Stop me if you’ve heard this one before.
In May, Polish researcher Błażej Adamczyk of the Silesian University of Technology contacted D-Link to tell it he’d discovered a trio of important security flaws affecting eight of its Wi-Fi routers.
According to Adamczyk, D-Link replied two weeks later to say that two of the products would be patched in due course but that the remaining six were considered end of life (EOL), the implication being that they wouldn’t be updated.
After receiving no further communication regarding the vulnerabilities by September, he gave them one month to announce updates or he would make the flaws public.
Last Friday, 12 October, he held true to his word, revealing the vulnerabilities, which included a proof-of-concept video showing how they could be used together to compromise vulnerable models.
We haven’t had D-Link’s side of the story, in fairness, but on the face of it this looks like another example of how responsible disclosure can occasionally end in an uncomfortable impasse.
Affected D-Link models
The D-Link models affected are the DWR-116, DWR-140L, DWR-512, DWR-640L, DWR-712, DWR-912, DWR-921, and DWR-111, six of which date from 2013, with the DIR-640L first appearing in 2012 and the DWR-111 in 2014.
Not exactly new, then, but many still in use by happy owners unaware that these models are vulnerable to public security issues, six of which will likely never be updated.
Path traversal
The flaws themselves start with a path traversal flaw in the router web interface affecting all eight models which would allow an attacker to access files using an HTTP request.
Identified as CVE-2018-10822, this arose after a previous flaw, CVE-2017-6190, was reported fixed but seemed to have recurred, said Adamczyk.
Next up, CVE-2018-10824 is a plaintext password issue that also affects all eight models, which an attacker could retrieve using the path traversal weakness mentioned above.
Finally, CVE-2018-10823 affects six of eight models, and allows an attacker to run shell commands to take over the router.
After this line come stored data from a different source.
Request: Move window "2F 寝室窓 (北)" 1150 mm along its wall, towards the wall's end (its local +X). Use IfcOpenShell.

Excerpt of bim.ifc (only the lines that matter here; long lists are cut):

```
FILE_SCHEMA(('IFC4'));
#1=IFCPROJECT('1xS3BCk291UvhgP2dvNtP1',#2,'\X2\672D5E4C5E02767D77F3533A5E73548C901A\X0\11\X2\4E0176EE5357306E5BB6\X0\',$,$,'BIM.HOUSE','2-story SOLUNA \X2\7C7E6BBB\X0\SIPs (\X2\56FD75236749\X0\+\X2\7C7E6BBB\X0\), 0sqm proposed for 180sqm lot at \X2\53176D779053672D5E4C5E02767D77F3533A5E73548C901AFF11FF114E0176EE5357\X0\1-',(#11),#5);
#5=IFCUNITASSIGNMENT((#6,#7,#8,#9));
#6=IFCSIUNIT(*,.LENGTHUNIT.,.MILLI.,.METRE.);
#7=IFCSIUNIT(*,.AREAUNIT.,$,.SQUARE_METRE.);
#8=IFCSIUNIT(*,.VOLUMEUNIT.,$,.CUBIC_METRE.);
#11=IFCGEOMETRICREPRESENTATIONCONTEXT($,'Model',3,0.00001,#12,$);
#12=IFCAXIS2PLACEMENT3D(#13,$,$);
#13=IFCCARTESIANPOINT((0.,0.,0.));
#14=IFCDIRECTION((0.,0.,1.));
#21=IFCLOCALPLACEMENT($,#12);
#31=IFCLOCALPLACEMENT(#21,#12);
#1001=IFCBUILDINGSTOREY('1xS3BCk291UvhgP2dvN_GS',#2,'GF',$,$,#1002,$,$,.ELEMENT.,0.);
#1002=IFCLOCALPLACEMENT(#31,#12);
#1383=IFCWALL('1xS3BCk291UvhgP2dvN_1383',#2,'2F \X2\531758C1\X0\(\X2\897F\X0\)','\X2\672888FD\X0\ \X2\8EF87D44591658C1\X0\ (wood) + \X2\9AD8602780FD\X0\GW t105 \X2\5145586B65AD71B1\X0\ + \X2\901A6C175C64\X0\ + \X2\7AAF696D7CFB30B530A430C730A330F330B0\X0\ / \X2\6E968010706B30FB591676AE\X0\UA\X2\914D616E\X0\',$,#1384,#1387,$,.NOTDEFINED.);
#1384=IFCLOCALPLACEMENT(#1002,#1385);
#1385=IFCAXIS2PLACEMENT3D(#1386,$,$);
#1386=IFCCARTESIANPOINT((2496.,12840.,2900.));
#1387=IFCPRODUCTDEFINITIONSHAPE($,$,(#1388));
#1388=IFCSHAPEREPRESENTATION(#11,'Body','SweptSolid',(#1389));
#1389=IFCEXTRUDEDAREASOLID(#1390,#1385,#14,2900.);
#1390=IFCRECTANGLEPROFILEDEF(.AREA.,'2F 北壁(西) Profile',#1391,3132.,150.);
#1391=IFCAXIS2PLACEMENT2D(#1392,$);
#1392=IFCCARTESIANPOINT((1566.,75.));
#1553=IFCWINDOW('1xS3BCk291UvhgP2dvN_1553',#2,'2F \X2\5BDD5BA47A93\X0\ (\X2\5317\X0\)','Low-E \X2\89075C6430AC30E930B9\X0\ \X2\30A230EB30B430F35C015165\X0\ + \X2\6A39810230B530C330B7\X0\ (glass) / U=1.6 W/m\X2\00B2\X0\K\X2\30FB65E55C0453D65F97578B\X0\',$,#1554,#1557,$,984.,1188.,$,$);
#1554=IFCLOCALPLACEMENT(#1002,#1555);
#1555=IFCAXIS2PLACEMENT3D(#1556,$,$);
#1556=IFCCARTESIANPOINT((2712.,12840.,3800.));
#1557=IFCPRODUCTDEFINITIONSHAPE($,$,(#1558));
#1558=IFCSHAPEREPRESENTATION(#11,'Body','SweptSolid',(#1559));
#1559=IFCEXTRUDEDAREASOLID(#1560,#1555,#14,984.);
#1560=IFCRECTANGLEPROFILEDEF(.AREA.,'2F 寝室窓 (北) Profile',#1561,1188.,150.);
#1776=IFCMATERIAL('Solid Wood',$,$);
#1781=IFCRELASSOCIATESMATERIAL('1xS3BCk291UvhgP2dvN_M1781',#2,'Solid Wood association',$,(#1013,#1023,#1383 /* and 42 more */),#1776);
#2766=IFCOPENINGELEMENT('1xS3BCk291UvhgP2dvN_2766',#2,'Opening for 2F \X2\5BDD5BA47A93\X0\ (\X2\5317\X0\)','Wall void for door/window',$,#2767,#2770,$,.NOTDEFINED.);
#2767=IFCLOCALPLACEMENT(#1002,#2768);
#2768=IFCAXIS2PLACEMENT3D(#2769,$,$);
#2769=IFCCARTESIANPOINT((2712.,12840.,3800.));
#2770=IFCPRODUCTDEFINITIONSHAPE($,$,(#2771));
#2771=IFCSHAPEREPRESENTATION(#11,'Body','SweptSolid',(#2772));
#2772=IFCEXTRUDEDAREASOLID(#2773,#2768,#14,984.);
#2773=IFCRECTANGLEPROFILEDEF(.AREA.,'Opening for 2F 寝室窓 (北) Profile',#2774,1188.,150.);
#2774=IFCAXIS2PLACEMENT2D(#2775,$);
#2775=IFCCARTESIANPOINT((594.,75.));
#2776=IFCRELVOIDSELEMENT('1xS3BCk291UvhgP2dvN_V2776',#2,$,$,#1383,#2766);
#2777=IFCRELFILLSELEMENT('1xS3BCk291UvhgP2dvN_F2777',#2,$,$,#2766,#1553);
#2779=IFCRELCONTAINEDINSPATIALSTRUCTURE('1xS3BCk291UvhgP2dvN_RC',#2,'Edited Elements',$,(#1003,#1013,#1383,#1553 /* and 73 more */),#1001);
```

```python
import ifcopenshell
import ifcopenshell.api.geometry
import ifcopenshell.util.placement

model = ifcopenshell.open("bim.ifc")

window = model.by_guid("1xS3BCk291UvhgP2dvN_1553")
opening = window.FillsVoids[0].RelatingOpeningElement
wall = opening.VoidsElements[0].RelatingBuildingElement

wall_matrix = ifcopenshell.util.placement.get_local_placement(wall.ObjectPlacement)
shift = wall_matrix[:3, 0] * 1150.0
before = ifcopenshell.util.placement.get_local_placement(window.ObjectPlacement)[:3, 3].copy()

# The window is not placed relative to its opening, so move both.
for product in (opening, window):
    matrix = ifcopenshell.util.placement.get_local_placement(product.ObjectPlacement)
    matrix[:3, 3] += shift
    ifcopenshell.api.geometry.edit_object_placement(model, product=product, matrix=matrix, is_si=False)

after = ifcopenshell.util.placement.get_local_placement(window.ObjectPlacement)[:3, 3]
print("window moved by", (after - before).round(3) + 0.0)

model.write("bim_v2.ifc")
```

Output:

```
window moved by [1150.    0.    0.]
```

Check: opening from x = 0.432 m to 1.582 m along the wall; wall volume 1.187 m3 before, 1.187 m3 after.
After awarding the combined flaws a 10 on the CVSS scale, Adamczyk concluded:
Taking all the three together it is easy to gain full router control including arbitrary code execution.
All that’s stopping an attacker from using the second of these is knowing where the plaintext password file is stored, which the PoC blanks out.
The issue of unpatched and never-to-be-patched routers has become a running theme. According to a recent American Consumer Institute (ACI) report, 155 out of 180 routers it analysed had unpatched flaws, equivalent to 172 each, 28% of which were rated high risk.
What’s irksome about the latest example of slow D-Link response is that it’s happened before in 2017 in an almost identical set of circumstances.
Different researcher, another group of older D-Link routers, but the same patchy response and outcome – the researcher reveals the flaws without fixes being available and little hope that they ever would be.
Our security advice is simple: when router makers say end of life, some of them really mean it.